You remember this thing, right? The GP100 GPU, the beast that powers NVIDIA’s Pascal-based P100 accelerator. Some might call the GP100 GPU the actual Pascal chip, others might call it a glimpse into Volta, the true successor to Maxwell. Whatever the case may be, NVIDIA currently ships the world’s fastest graphics card for general compute purposes, although it only is available now inside the Tesla DGX-1, a server built and shipped by NVIDIA direct. NVIDIA promised that the P100 Accelerator would ship in PCI-Express form sometime this year, and they appear to be on track to do that. The company just announced the Tesla P100, although there have been a number of changes to it that make it less of a compelling product for HPC applications.
To start, the P100 Accelerator had 16GB of HBM v2 memory, while the Tesla P100 will ship with only 12GB of HBMv2 memory. That’s not to say that they’ve disabled an entire stack, as PC Perspective says could be possible, but rather NVIDIA is simply taking off 1GB of DRAM from each stack to arrive at the final amount. They’re doing this through either disabling access to that memory, or lasering off the section of the memory controller that connects to it. Bandwidth drops to 540GB/s, which is still a lot more than most GPUs available for HPC compute applications at this time.
NVIDIA’s NVLINK, a replacement for the PCI-Express bus that runs alongside it to create a ring network for the GPUs to communicate over, is also not a feature of the Tesla P100. This feature has been disabled because only NVIDIA’s DGX-1 server has it built-in, and the company wants their board partners to eventually look into making similar products one day. NVLINK is a bit like AMD’s XDMA technology in a sense, but you can also consider it a hardware replacement for the SLI bridge, which NVIDIA uses for inter-GPU communication separately from the PCI-Express bus on traditional motherboards.
Raw performance also takes a bit of a hit. NVIDIA has dropped the clock speed and TDP for the Tesla P100 down to 250W and 1.3GHz base clock, which saves them a little over 50W in power draw and heat output. This drops overall output significantly.
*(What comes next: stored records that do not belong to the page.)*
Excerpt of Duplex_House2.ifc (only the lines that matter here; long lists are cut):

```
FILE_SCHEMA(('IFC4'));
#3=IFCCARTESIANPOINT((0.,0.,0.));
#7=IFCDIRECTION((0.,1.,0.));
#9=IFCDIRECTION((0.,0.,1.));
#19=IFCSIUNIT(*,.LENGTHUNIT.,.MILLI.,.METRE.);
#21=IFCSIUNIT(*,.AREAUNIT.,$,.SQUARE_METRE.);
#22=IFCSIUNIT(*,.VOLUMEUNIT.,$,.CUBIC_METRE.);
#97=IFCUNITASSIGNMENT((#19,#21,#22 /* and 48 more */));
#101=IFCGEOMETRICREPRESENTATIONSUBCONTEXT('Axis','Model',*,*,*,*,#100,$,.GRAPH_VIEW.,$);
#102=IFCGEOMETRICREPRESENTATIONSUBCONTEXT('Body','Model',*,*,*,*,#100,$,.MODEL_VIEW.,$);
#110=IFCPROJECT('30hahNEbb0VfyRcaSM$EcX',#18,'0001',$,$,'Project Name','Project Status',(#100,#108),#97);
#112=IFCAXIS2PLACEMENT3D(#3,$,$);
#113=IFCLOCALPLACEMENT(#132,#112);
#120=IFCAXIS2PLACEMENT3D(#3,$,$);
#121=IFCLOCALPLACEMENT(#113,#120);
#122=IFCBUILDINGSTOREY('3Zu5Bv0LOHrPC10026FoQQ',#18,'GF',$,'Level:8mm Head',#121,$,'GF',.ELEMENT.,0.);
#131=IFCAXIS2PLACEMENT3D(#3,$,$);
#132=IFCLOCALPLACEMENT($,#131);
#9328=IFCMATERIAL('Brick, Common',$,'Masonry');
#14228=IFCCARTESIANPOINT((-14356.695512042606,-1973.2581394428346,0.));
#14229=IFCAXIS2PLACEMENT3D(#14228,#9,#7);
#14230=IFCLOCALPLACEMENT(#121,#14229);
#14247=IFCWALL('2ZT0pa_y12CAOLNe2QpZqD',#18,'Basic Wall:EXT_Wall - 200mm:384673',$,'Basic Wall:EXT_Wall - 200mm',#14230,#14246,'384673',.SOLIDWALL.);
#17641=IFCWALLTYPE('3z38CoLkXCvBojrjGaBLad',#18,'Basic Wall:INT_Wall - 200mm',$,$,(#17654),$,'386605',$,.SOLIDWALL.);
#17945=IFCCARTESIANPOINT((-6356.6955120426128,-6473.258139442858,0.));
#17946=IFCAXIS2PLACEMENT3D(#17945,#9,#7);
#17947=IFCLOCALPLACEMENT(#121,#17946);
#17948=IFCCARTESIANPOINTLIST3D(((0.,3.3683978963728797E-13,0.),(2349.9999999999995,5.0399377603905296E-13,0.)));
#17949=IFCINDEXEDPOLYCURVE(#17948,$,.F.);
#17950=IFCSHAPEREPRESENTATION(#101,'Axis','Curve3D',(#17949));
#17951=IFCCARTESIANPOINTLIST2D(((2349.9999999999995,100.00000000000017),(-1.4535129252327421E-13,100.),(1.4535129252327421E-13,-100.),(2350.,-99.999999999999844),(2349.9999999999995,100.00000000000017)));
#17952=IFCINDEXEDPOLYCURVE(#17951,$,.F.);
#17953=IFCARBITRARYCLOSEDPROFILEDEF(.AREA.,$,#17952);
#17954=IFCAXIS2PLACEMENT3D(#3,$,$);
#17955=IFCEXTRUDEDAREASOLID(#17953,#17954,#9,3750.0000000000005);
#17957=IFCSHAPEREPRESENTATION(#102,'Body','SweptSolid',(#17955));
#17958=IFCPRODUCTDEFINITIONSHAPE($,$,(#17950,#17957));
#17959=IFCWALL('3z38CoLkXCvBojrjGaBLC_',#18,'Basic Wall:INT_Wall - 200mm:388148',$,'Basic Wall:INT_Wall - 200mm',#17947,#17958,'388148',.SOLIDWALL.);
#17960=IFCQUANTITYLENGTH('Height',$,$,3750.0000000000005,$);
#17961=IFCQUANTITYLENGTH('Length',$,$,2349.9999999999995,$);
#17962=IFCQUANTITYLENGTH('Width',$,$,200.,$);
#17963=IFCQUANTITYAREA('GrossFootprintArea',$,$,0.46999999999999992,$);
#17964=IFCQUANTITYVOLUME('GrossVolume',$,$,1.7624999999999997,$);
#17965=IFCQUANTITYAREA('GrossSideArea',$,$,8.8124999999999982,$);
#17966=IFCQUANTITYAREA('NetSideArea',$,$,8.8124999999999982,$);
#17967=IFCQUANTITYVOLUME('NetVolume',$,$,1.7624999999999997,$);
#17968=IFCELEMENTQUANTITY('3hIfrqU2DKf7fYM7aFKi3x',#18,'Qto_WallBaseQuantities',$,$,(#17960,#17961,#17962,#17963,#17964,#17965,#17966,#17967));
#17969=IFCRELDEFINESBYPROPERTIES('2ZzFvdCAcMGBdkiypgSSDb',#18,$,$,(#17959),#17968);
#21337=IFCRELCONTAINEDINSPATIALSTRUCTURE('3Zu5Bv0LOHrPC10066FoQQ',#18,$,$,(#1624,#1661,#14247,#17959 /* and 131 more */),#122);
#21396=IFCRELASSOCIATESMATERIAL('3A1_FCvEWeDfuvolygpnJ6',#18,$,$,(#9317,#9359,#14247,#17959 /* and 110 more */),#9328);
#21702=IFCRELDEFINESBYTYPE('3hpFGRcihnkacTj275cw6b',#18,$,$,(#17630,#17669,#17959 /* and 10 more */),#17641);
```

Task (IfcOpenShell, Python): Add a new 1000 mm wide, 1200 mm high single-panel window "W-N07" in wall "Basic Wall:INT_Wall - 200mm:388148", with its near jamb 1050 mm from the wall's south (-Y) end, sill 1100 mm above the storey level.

```python
import numpy as np
import ifcopenshell
import ifcopenshell.api.feature
import ifcopenshell.api.geometry
import ifcopenshell.api.pset
import ifcopenshell.api.root
import ifcopenshell.api.spatial
import ifcopenshell.geom
import ifcopenshell.util.element
import ifcopenshell.util.placement
import ifcopenshell.util.representation
import ifcopenshell.util.shape
import ifcopenshell.util.unit

model = ifcopenshell.open("Duplex_House2.ifc")
unit_scale = ifcopenshell.util.unit.calculate_unit_scale(model)
area_scale = ifcopenshell.util.unit.calculate_unit_scale(model, "AREAUNIT")
volume_scale = ifcopenshell.util.unit.calculate_unit_scale(model, "VOLUMEUNIT")
settings = ifcopenshell.geom.settings()


def volume(element):
    """Net volume in cubic metres, openings subtracted."""
    shape = ifcopenshell.geom.create_shape(settings, element)
    return ifcopenshell.util.shape.get_volume(shape.geometry)


wall = model.by_guid("3z38CoLkXCvBojrjGaBLC_")
storey = ifcopenshell.util.element.get_container(wall, ifc_class="IfcBuildingStorey")
context = ifcopenshell.util.representation.get_context(model, "Model", "Body", "MODEL_VIEW")
before = volume(wall)

width, height, from_end, sill = 1, 1.2, 1.05, 1.1  # metres

# The wall runs along its own X axis, and the end named is its -X end.
wall_shape = ifcopenshell.geom.create_shape(settings, wall)
x, y, z = ifcopenshell.util.shape.get_vertices(wall_shape.geometry).T
start = x.min() + from_end
face, thickness = float(y.min()), float(y.max() - y.min())
wall_matrix = ifcopenshell.util.placement.get_local_placement(wall.ObjectPlacement)
level = ifcopenshell.util.placement.get_local_placement(storey.ObjectPlacement)[2, 3]


def in_wall(x, y):
    """Placement at x, y metres in the wall's axes, at sill height."""
    matrix = wall_matrix.copy()
    matrix[:, 3] = wall_matrix @ np.array([x / unit_scale, y / unit_scale, 0.0, 1.0])
    matrix[2, 3] = level + sill / unit_scale
    return matrix


# Opening: a box that overshoots both wall faces by 50 mm.
opening = ifcopenshell.api.root.create_entity(model, ifc_class="IfcOpeningElement", predefined_type="OPENING")
box = ifcopenshell.api.geometry.add_wall_representation(
    model, context=context, length=width, height=height, thickness=thickness + 0.1
)
ifcopenshell.api.geometry.assign_representation(model, product=opening, representation=box)
ifcopenshell.api.geometry.edit_object_placement(model, product=opening, matrix=in_wall(start, face - 0.05), is_si=False)
ifcopenshell.api.feature.add_feature(model, feature=opening, element=wall)

window = ifcopenshell.api.root.create_entity(model, ifc_class="IfcWindow", name="W-N07", predefined_type="WINDOW")
window.OverallWidth, window.OverallHeight = width / unit_scale, height / unit_scale
window.PartitioningType = "SINGLE_PANEL"
body = ifcopenshell.api.geometry.add_window_representation(
    model,
    context=context,
    overall_width=window.OverallWidth,
    overall_height=window.OverallHeight,
    partition_type="SINGLE_PANEL",
)
ifcopenshell.api.geometry.assign_representation(model, product=window, representation=body)
ifcopenshell.api.spatial.assign_container(model, products=[window], relating_structure=storey)
ifcopenshell.api.feature.add_filling(model, opening=opening, element=window)

# Centre the window in the wall's thickness.
ifcopenshell.api.geometry.edit_object_placement(model, product=window, matrix=in_wall(start, face), is_si=False)
window_shape = ifcopenshell.geom.create_shape(settings, window)
depth = ifcopenshell.util.shape.get_vertices(window_shape.geometry)[:, 1]
offset = face + thickness / 2 - (depth.min() + depth.max()) / 2
ifcopenshell.api.geometry.edit_object_placement(model, product=window, matrix=in_wall(start, offset), is_si=False)

after = volume(wall)

# Update the wall's stored quantities.
qto = model.by_id(ifcopenshell.util.element.get_pset(wall, "Qto_WallBaseQuantities", should_inherit=False)["id"])
ifcopenshell.api.pset.edit_qto(model, qto=qto, properties={
    "NetSideArea": after / thickness / area_scale,
    "NetVolume": after / volume_scale,
})

print(f"wall volume {before:.3f} -> {after:.3f} m3")

model.write("Duplex_House2_edited.ifc")
```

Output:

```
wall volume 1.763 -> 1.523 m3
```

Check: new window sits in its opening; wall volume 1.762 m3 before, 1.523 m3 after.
From the P100 Accelerator’s 10.6TFLOPS of single-precision compute, and 5.3TFLOPS of double precision compute performance, we now have 9.3TFLOPS and 4.7TFLOPS respectively. That still puts it well ahead of any other Tesla product in the same form factor or at a similar price point, but it’s interesting how the company chose to make these changes instead of attempt to simply swap the P100 Accelerator’s circuit board for one in the PCI-Express form factor. Either there are power requirements which limit their ability to do so, or NVIDIA wants to sell these to customers who weren’t happy with the performance of Tesla GPUs based on the Maxwell architecture. Whichever it was, they’re taking home the bacon with this card.
If you’re one of the companies that NVIDIA sells parts like this to that wants it for your compute server farms, you’d better get on the waiting list for one. NVIDIA expects to ship the Tesla P100 in Q4 2016 or 1Q 2017 at the latest, and will probably charge something approaching $10,000 per card.